This week I continued on the work I completed last week with generating shapes from a Pokémon dataset using Soltani et al.'s multi-view encoder-decoder model. One of the major findings from last week was that my dataset was too diverse in its shapes, which resulted in the generation of many uninteresting blob-like shapes that did not express any distinctive features. Thus this week I created a new dataset that was more targeted to attempt to solve the problem.
This week I created a dataset of different kinds of swords, noting that this class of objects would still be useful for a game but that its shapes are more limited than that of the Pokémon I tested last week. Still, there was some intra-class variation such as curved blades and the length of each sword. Unlike last week I also sourced the models from a variety of different games instead of just one, which required that I resize each one to be proportional to the others before exporting.
Once all of the models were ready, as before I ran the program included with Soltani et al.'s code to generate depth maps from each of the STL files. Then I proceeded to train the network, where I ran into a good deal of trouble. Since my dataset was smaller this time than last, I ran into several unforeseen issues with the model code where the number of batches ran at a given stage would be larger due to division along the lines of (#examples/batchSize = #batches). A larger number of batches means that more training is running in parallel on the GPU. Thus I encountered a series of mysterious errors from deep within the Torch training libraries that I eventually realized were all coming from running out of VRAM on the GPU. I was able to solve these problems by manually restricting the number of batches in several places, though unfortunately this whole episode sapped a good deal of my time.
Eventually, with the model working I was able to retrieve samples from the learned manifold of sword shapes. Unfortunately, the results were a series of vague diamonds for all viewpoints, in a result reminiscent of last week. However this result troubled me more than last week, since it did not seem like having that same 2D shape for all viewpoints would logically lead to a 3D shape as some would have to look different. This led me to try various tactics to investigate if not all viewpoints were being used, but I was unable to find anything to solve the problem.
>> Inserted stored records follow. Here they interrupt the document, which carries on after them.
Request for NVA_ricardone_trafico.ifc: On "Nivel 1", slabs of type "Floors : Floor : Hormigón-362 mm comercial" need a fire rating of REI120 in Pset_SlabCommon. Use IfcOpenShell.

First a look at what the model holds.

```python
import ifcopenshell
import ifcopenshell.util.element

model = ifcopenshell.open("NVA_ricardone_trafico.ifc")
print(model.schema)
storey = next(s for s in model.by_type("IfcBuildingStorey") if s.Name == "Nivel 1")
slabs = [e for e in ifcopenshell.util.element.get_decomposition(storey) if e.is_a("IfcSlab")]
seen = {}
for e in slabs:
    element_type = ifcopenshell.util.element.get_type(e)
    key = (element_type.Name if element_type != e and element_type else None, ifcopenshell.util.element.get_pset(e, "Pset_SlabCommon", "FireRating"))
    seen[key] = seen.get(key, 0) + 1
for (name, value), count in sorted(seen.items(), key=str):
    print(count, "x", name, "|", value)
```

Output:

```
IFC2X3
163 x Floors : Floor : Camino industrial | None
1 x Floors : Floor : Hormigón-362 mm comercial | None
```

```python
import ifcopenshell
import ifcopenshell.api.pset
import ifcopenshell.util.element

model = ifcopenshell.open("NVA_ricardone_trafico.ifc")

storey = next(s for s in model.by_type("IfcBuildingStorey") if s.Name == "Nivel 1")
slabs = [e for e in ifcopenshell.util.element.get_decomposition(storey) if e.is_a("IfcSlab")]

count = 0
for e in slabs:
    element_type = ifcopenshell.util.element.get_type(e)
    if element_type in (None, e) or element_type.Name != "Floors : Floor : Hormigón-362 mm comercial":
        continue
    # add_pset returns the element's existing set when there is one.
    pset = ifcopenshell.api.pset.add_pset(model, product=e, name="Pset_SlabCommon")
    ifcopenshell.api.pset.edit_pset(model, pset=pset, properties={"FireRating": "REI120"})
    count += 1

print(count, "slabs updated")

model.write("NVA_ricardone_trafico_updated.ifc")
```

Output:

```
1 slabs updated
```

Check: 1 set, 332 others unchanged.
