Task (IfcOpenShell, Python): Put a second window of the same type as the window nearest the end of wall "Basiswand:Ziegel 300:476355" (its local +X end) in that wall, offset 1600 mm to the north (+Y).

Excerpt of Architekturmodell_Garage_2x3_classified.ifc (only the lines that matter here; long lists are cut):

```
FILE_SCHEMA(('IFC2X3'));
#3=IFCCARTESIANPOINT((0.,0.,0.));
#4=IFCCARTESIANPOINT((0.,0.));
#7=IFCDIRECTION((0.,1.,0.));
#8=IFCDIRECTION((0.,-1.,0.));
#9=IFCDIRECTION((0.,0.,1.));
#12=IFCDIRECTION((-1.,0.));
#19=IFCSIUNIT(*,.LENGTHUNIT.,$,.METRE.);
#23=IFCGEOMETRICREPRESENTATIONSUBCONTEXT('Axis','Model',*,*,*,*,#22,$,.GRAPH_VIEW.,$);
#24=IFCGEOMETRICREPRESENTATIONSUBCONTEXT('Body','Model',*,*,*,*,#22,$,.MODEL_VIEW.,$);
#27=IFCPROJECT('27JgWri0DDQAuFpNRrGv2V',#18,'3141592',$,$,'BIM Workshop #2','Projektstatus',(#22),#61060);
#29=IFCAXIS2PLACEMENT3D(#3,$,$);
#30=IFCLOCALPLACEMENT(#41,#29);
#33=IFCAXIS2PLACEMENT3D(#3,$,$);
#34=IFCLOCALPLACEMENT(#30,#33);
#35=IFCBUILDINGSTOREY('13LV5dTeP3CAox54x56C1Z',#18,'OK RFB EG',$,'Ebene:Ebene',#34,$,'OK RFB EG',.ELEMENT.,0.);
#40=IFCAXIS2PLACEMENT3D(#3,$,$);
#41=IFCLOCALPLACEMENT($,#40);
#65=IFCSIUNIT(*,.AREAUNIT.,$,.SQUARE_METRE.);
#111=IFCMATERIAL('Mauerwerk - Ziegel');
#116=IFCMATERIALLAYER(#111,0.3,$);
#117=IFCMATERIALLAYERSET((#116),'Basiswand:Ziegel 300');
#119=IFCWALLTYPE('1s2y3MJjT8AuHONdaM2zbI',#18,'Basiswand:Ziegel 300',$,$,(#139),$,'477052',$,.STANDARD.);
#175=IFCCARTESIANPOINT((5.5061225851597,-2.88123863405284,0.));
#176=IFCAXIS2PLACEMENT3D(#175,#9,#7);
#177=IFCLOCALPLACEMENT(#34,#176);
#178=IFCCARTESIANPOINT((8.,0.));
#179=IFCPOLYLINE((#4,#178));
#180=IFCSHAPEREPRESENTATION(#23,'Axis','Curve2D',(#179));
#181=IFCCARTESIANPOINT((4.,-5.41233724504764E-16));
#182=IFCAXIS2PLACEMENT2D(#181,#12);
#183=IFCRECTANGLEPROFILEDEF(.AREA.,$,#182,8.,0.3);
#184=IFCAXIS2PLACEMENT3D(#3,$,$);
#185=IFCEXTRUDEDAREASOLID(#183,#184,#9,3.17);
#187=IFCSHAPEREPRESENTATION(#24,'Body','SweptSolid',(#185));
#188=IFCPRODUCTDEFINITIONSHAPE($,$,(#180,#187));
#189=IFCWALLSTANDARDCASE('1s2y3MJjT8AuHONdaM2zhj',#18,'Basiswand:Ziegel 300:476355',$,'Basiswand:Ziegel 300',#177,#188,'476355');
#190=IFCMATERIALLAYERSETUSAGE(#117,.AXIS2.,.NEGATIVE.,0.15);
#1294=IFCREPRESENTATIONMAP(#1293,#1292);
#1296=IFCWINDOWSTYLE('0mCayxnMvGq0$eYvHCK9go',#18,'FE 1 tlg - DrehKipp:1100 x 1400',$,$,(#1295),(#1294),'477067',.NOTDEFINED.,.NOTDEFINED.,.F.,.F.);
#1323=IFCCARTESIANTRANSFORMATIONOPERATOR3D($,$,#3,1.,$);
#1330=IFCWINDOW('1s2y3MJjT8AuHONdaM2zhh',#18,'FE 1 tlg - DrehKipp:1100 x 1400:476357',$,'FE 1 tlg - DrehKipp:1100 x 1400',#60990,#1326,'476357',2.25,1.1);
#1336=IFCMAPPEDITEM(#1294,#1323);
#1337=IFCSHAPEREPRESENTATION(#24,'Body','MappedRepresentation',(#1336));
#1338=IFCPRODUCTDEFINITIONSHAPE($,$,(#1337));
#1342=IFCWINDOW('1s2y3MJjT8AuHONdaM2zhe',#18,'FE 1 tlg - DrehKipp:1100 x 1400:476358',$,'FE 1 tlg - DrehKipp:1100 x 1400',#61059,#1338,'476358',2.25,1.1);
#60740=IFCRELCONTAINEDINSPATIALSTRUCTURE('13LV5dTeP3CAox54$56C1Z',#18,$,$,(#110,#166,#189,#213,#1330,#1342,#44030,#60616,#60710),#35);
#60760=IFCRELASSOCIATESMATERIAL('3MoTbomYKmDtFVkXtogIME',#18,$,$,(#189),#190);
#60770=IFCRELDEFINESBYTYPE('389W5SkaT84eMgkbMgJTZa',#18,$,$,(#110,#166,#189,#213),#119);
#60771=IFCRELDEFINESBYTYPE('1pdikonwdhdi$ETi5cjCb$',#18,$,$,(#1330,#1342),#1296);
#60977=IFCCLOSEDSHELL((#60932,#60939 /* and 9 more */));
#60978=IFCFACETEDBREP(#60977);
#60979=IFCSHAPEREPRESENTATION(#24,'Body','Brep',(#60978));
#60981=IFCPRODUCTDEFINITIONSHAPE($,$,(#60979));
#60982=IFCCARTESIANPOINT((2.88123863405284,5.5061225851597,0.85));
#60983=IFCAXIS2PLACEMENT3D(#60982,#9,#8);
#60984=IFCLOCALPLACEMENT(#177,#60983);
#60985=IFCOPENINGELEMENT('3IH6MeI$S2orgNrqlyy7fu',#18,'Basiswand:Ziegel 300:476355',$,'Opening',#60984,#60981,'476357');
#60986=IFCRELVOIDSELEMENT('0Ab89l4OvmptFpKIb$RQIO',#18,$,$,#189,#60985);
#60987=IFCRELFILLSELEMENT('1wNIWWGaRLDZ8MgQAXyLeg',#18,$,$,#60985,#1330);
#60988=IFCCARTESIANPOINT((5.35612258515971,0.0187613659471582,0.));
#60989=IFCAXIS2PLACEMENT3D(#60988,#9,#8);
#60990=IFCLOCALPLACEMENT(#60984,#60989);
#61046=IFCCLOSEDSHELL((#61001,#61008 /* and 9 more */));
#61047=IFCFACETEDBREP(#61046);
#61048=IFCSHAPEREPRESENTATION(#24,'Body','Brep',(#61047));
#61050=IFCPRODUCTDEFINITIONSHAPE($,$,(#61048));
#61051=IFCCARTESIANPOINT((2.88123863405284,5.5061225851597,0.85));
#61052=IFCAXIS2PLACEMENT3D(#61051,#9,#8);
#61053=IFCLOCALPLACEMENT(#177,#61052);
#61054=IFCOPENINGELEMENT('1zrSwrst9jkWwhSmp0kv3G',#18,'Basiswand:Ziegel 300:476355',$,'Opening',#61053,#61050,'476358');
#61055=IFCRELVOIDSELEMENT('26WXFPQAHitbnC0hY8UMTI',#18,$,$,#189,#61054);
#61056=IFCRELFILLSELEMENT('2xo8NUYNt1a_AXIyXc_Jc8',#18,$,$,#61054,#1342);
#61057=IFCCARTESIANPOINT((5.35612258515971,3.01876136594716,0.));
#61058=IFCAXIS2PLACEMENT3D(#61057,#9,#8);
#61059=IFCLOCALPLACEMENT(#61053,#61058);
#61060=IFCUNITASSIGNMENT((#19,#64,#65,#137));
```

```python
import ifcopenshell
import ifcopenshell.api.feature
import ifcopenshell.api.geometry
import ifcopenshell.api.root
import ifcopenshell.geom
import ifcopenshell.util.element
import ifcopenshell.util.placement
import ifcopenshell.util.shape

model = ifcopenshell.open("Architekturmodell_Garage_2x3_classified.ifc")
settings = ifcopenshell.geom.settings()


def volume(element):
    """Net volume in cubic metres, openings subtracted."""
    shape = ifcopenshell.geom.create_shape(settings, element)
    return ifcopenshell.util.shape.get_volume(shape.geometry)


def reuse_history(source, copy):
    """copy_class also copies each property set's owner history, people and application; keep the originals."""
    for rel in copy.IsDefinedBy:
        if rel.is_a("IfcRelDefinesByProperties") and (history := rel.RelatingPropertyDefinition.OwnerHistory):
            rel.RelatingPropertyDefinition.OwnerHistory = source.OwnerHistory
            ifcopenshell.util.element.remove_deep2(model, history)


window = model.by_guid("1s2y3MJjT8AuHONdaM2zhe")
opening = window.FillsVoids[0].RelatingOpeningElement
wall = opening.VoidsElements[0].RelatingBuildingElement
before = volume(wall)
shift = ifcopenshell.util.placement.get_local_placement(wall.ObjectPlacement)[:3, 0] * 1.6

# copy_class copies the void relationship, type, container and properties, but no geometry.
new_opening = ifcopenshell.api.root.copy_class(model, product=opening)
new_opening.Representation = ifcopenshell.util.element.copy_deep(
    model, opening.Representation, exclude=["IfcGeometricRepresentationContext", "IfcRepresentationMap"]
)
new_opening.Name = "Basiswand:Ziegel 300"
new_opening.Tag = None
new_window = ifcopenshell.api.root.copy_class(model, product=window)
new_window.Representation = ifcopenshell.util.element.copy_deep(
    model, window.Representation, exclude=["IfcGeometricRepresentationContext", "IfcRepresentationMap"]
)
new_window.Name = "FE 1 tlg - DrehKipp:1100 x 1400"
new_window.Tag = None
reuse_history(window, new_window)
fills = ifcopenshell.api.feature.add_filling(model, opening=new_opening, element=new_window)
fills.OwnerHistory = new_window.OwnerHistory  # required in IFC2X3

for old, new in ((opening, new_opening), (window, new_window)):
    matrix = ifcopenshell.util.placement.get_local_placement(old.ObjectPlacement)
    matrix[:3, 3] += shift
    ifcopenshell.api.geometry.edit_object_placement(model, product=new, matrix=matrix, is_si=False)

after = volume(wall)

print(f"wall volume {before:.3f} -> {after:.3f} m3")

model.write("Architekturmodell_Garage_2x3_classified_rev.ifc")
```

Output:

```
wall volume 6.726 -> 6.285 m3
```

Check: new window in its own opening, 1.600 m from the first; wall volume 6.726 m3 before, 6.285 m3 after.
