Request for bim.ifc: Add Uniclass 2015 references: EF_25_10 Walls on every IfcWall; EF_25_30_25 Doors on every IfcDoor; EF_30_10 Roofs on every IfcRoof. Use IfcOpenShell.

First a look at what the model holds.

```python
import ifcopenshell

model = ifcopenshell.open("bim.ifc")
print(model.schema)
print("classifications:", [c.Name for c in model.by_type("IfcClassification")])
for ifc_class in ("IfcDoor", "IfcRoof", "IfcStair", "IfcWall", "IfcWindow"):
    print(ifc_class, len(model.by_type(ifc_class)))
```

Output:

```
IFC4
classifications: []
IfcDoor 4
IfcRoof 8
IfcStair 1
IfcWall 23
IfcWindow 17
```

```python
import ifcopenshell
import ifcopenshell.api.classification

model = ifcopenshell.open("bim.ifc")

system = ifcopenshell.api.classification.add_classification(model, classification="Uniclass 2015")

codes = {
    "IfcWall": ("EF_25_10", "Walls"),
    "IfcDoor": ("EF_25_30_25", "Doors"),
    "IfcRoof": ("EF_30_10", "Roofs"),
}
for ifc_class, (code, name) in codes.items():
    products = model.by_type(ifc_class)
    ifcopenshell.api.classification.add_reference(
        model, products=products, classification=system, identification=code, name=name
    )
    print(code, len(products))

model.write("bim_updated.ifc")
```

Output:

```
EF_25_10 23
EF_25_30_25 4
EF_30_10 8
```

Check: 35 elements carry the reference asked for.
I wondered if the dataset size made any difference, and tried limiting the headphone dataset (which gives acceptable results) down to <15 examples. Curiously though, I was still able to get decent results while I would receive the diamond shapes for the swords on the exact same settings (i.e. only changing the data). Next steps for me are trying to figure out what intrinsic differences in the data might exist that are causing this problem, though I think I need to limit my time on this. As I have already sunk some time trying to fix this, if I do not get any farther after a few more attempts I think I will move on to trying a different model instead.